Let's say we have to acquire mutex2 before mutex1 is acquired. This doesn't mean we have to acquire mutex2 to acquire mutex1, but we can't acquire mutex2 after mutex1 is acquired.

To fix the code, we can simply update IncrementBothCounters:

 1
 2
 3
 4
 5
 6
 7
 8
 9
10
void IncrementBothCounters() {
    OSAcquireMutex(mutex2);
    counter2++;

    OSAcquireMutex(mutex1);
    counter1++;

    OSReleaseMutex(mutex1);
    OSReleaseMutex(mutex2);
}

And the code is now deadlock-free (I think: multithreaded code is hard).

A Different Solution

While in the previous section we discussed the idea of acquiring mutexes in a consistent order, there's actually another way deadlock can be avoided.

Some OSes allow processes to acquire multiple mutexes atomically.

For example, let's say we have a graphics library which provides drawing surfaces, each of which has a mutex. Consider a subroutine that copies the contents of one surface to another:

1
2
3
void CopySurface(Surface *destination, Surface *source, Rectangle destinationRegion, Point sourceOffset) {
    ...
}

The first thing the subroutine has to do is acquire the mutexes for both the surfaces.

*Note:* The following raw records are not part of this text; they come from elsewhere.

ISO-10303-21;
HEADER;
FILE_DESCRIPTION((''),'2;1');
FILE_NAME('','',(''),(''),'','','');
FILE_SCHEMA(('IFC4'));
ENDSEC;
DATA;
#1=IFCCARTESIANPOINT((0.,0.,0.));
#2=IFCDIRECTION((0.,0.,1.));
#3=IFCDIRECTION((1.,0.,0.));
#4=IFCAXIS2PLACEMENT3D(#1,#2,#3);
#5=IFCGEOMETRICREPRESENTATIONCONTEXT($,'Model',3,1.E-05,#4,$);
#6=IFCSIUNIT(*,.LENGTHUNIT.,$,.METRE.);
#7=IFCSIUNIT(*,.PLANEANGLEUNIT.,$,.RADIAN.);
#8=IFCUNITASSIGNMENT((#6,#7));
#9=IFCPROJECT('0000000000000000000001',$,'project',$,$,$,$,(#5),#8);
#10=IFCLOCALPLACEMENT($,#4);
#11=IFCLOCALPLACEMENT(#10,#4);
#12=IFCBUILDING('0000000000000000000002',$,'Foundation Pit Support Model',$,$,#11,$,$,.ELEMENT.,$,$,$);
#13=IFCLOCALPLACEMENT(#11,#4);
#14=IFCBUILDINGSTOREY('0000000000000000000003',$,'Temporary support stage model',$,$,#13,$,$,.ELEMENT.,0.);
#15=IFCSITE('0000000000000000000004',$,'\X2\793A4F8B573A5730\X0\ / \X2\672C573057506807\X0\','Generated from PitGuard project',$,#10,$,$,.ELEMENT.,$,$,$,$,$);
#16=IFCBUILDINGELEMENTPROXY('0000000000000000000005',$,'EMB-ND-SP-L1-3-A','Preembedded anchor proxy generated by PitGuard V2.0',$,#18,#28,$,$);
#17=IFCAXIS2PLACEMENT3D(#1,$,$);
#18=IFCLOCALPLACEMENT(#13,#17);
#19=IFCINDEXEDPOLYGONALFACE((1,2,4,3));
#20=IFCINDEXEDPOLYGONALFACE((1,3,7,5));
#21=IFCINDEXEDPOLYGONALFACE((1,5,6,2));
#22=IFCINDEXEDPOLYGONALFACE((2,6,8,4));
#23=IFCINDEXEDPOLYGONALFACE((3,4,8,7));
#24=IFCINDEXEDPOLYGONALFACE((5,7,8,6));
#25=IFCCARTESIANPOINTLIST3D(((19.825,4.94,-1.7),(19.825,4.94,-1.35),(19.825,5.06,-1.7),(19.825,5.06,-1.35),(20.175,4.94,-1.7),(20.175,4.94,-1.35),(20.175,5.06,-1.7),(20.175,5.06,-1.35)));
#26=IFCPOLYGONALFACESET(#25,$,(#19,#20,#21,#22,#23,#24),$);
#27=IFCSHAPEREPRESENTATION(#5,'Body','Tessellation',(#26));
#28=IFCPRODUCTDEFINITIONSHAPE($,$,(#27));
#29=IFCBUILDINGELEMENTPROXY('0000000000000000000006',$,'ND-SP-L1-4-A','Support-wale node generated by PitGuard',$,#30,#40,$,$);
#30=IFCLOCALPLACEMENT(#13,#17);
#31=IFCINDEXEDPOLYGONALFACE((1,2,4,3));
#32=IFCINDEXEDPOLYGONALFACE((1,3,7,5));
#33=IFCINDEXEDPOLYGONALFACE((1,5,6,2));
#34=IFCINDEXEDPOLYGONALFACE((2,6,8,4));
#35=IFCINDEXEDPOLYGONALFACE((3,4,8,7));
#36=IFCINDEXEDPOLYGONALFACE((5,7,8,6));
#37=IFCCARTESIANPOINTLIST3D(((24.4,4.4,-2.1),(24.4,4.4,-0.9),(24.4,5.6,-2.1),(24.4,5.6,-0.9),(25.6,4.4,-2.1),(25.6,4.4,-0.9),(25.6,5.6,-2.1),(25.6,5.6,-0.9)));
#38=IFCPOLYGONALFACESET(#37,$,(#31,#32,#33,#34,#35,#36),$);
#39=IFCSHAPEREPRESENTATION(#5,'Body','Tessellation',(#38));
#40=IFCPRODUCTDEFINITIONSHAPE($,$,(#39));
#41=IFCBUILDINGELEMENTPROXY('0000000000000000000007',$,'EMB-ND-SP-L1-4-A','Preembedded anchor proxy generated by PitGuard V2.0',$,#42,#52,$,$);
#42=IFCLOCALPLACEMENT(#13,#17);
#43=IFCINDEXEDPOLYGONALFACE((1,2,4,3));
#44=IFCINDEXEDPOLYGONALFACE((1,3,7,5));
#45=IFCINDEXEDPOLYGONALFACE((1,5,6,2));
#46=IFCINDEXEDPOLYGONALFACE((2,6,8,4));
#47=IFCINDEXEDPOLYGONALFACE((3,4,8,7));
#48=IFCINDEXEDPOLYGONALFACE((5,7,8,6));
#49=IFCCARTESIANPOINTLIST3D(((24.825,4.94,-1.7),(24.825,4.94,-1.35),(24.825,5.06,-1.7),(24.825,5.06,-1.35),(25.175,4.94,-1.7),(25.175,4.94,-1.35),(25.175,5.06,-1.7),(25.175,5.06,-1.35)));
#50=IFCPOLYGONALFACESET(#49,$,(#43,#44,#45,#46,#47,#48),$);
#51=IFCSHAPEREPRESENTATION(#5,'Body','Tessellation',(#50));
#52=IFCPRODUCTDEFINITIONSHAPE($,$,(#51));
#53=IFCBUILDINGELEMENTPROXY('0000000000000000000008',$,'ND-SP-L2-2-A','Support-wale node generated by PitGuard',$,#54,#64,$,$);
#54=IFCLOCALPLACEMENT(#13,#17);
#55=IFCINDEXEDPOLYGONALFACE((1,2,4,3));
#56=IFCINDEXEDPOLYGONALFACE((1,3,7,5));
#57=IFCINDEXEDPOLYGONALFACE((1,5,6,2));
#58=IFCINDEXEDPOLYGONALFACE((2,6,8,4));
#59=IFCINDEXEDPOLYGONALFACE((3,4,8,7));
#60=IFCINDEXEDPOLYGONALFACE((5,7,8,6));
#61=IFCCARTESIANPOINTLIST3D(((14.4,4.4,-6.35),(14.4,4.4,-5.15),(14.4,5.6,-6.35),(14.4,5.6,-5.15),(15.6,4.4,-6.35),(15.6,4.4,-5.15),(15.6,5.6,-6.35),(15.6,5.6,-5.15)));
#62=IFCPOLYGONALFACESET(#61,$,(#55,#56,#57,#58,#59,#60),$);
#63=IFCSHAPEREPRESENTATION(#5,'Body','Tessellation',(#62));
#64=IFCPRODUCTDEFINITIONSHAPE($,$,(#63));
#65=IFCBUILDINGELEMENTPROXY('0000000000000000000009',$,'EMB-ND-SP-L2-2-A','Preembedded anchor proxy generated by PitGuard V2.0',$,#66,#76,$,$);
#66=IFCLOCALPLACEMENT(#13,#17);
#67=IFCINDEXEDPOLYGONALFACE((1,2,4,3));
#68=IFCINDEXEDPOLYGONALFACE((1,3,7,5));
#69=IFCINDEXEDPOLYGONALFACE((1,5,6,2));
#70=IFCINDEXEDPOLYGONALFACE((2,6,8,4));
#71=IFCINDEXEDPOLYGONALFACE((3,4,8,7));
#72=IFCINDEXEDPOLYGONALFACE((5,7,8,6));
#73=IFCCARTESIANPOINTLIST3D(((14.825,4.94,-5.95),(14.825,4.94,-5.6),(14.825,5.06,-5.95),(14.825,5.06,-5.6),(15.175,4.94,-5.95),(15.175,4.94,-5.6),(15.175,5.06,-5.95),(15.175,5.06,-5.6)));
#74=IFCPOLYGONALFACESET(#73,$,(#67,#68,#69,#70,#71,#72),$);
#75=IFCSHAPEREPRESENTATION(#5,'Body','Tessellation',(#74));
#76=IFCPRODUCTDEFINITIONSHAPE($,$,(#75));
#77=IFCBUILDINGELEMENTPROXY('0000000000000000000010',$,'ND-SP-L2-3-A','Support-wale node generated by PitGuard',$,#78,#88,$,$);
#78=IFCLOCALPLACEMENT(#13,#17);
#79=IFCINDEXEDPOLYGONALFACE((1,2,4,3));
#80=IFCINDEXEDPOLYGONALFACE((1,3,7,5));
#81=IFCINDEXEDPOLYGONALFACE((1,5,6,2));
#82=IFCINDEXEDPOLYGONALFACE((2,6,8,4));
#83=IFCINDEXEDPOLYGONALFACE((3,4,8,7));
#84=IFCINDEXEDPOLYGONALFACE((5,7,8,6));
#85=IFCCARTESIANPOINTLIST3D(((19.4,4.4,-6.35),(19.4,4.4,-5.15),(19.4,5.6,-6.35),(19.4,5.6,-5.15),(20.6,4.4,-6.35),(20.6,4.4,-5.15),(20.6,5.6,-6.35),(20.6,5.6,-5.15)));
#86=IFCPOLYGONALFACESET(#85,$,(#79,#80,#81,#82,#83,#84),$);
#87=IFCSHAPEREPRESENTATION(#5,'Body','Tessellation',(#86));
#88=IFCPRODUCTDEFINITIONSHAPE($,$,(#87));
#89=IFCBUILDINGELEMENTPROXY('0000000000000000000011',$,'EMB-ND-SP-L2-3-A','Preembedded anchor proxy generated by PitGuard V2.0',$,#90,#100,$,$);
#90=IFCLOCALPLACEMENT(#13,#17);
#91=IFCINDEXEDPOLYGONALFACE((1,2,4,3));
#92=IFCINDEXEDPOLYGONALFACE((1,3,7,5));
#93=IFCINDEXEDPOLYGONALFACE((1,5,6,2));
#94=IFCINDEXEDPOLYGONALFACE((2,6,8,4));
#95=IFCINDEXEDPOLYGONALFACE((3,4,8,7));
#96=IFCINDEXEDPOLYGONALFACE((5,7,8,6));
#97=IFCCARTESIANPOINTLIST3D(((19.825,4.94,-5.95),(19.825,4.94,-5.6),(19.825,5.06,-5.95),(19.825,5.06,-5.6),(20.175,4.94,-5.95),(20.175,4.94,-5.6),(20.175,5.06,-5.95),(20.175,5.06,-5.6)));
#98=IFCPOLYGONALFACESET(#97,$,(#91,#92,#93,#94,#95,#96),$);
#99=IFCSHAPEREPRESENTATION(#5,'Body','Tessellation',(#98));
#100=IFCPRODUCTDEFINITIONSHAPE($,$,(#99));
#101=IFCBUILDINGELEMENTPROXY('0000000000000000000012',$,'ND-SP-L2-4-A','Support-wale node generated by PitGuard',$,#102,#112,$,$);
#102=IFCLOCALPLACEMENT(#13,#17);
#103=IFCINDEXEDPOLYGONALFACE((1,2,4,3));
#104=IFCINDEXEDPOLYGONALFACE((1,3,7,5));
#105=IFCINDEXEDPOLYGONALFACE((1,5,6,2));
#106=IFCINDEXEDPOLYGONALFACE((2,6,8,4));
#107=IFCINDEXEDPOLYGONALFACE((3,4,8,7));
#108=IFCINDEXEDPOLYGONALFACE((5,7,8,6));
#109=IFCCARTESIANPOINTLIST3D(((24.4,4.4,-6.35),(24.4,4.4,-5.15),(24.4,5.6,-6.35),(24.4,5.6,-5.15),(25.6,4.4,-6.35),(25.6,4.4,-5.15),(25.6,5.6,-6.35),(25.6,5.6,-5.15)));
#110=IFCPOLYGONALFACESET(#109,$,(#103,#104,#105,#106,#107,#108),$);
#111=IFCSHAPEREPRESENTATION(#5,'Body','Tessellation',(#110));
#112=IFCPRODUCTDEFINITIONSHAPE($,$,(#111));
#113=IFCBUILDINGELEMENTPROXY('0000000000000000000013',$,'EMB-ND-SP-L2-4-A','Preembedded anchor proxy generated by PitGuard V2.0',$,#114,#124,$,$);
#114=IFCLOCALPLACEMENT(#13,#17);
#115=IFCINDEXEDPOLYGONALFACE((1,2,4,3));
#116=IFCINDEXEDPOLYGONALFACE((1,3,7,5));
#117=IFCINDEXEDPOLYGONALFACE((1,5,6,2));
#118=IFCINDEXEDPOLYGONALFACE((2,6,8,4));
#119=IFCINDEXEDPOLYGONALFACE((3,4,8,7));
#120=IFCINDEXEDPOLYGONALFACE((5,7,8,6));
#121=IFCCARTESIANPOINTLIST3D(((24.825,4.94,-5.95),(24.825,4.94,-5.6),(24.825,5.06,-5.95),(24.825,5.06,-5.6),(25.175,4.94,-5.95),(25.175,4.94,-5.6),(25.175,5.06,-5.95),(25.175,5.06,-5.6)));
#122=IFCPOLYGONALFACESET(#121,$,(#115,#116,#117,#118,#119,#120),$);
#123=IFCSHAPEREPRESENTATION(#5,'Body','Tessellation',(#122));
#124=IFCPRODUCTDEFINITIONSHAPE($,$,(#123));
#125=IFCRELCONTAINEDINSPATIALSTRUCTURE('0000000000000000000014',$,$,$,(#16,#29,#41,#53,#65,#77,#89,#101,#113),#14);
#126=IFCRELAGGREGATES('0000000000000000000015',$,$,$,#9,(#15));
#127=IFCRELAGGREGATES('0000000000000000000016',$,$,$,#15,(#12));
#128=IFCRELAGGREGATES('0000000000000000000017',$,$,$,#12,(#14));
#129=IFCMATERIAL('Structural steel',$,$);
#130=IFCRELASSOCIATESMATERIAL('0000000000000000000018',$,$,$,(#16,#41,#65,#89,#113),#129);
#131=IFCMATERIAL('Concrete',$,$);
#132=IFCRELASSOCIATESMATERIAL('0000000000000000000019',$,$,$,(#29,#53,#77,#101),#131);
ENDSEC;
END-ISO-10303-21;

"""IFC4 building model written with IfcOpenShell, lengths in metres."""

from ifc_helpers import new_model, si_unit, frame, origin_with_axes, origin_2d, place, context, project, spatial, rectangle, extrude, material, element, save


model = new_model("IFC4")

# Units and contexts
model_context = context("Model", 3, precision=1e-05, world=origin_with_axes())
ifc_project = project(units=[si_unit("LENGTHUNIT", "METRE"), si_unit("PLANEANGLEUNIT", "RADIAN")], contexts=[model_context])

# Site, building, storey
site_placement = place(None, origin_with_axes())
site = spatial("IfcSite", under=ifc_project, at=site_placement, Name="示例场地 / 本地坐标", Description="Generated from PitGuard project", CompositionType="ELEMENT")
building_placement = place(site_placement, origin_with_axes())
building = spatial("IfcBuilding", under=site, at=building_placement, Name="Foundation Pit Support Model", CompositionType="ELEMENT")
storey_placement = place(building_placement, origin_with_axes())
storey = spatial("IfcBuildingStorey", under=building, at=storey_placement, Name="Temporary support stage model", CompositionType="ELEMENT", Elevation=0.0)

# Shared definitions
ifc_material_1 = material(Name="Concrete")

# Shared definitions
ifc_material_2 = material(Name="Structural steel")

# Building element proxies
proxy_1_placement = place(storey_placement, frame((20.0, 5.0, -1.7), z_axis=(0.0, 0.0, 1.0), x_axis=(1.0, 0.0, 0.0)))
element("IfcBuildingElementProxy", 1, at=proxy_1_placement, inside=storey, material=ifc_material_2, Name="EMB-ND-SP-L1-3-A", Description="Preembedded anchor proxy generated by PitGuard V2.0", context=model_context, shape_type="SweptSolid", body=[
    extrude(rectangle(XDim=0.35, YDim=0.12, at=origin_2d()), origin_with_axes(), (0.0, 0.0, 1.0), 0.35),
])
proxy_2_placement = place(storey_placement, frame((25.0, 5.0, -2.1), z_axis=(0.0, 0.0, 1.0), x_axis=(1.0, 0.0, 0.0)))
element("IfcBuildingElementProxy", 2, at=proxy_2_placement, inside=storey, material=ifc_material_1, Name="ND-SP-L1-4-A", Description="Support-wale node generated by PitGuard", context=model_context, shape_type="SweptSolid", body=[
    extrude(rectangle(XDim=1.2, YDim=1.2, at=origin_2d()), origin_with_axes(), (0.0, 0.0, 1.0), 1.2),
])
proxy_3_placement = place(storey_placement, frame((25.0, 5.0, -1.7), z_axis=(0.0, 0.0, 1.0), x_axis=(1.0, 0.0, 0.0)))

Written naively, that would look like this:

1
2
OSAcquireMutex(destination->mutex);
OSAcquireMutex(source->mutex);

But as we have learnt, this could cause deadlock.

There isn't really a way to determine which mutex should be acquired first - the caller could draw from one surface to another, and do the same in reverse. So we can't just swap the lines around this time.

It might be possible to make a rule like "the mutex of the surface with the lowest memory address is always acquired first", but that's not a particularly nice solution.

Instead, we can tell the operating system to acquire both mutexes atomically.

1
2
OSHandle mutexes[2] = { destination->mutex, source->mutex };
OSAcquireMultipleMutexes(mutexes, 2);

The OS can ensure there is no time in which this thread only owns a single of these mutexes - only ever neither or both.

This solves the problem of deadlock.

Minimal requirements

There are 4 minimal requirements for deadlock to be possible:

  1. mutual exclusion: only a single thread can hold a resource at a time. If another thread wants to use it it needs to wait until the resource is released.

  2. hold and wait: A thread is holding a resource while waiting on another.

  3. no preemtion: a resource can only be released by the thread holding it.

  4. Circular wait: the directed graph representing which threads are waiting for which contains a cycle.

If you eliminate any of these conditions then deadlock will never occur.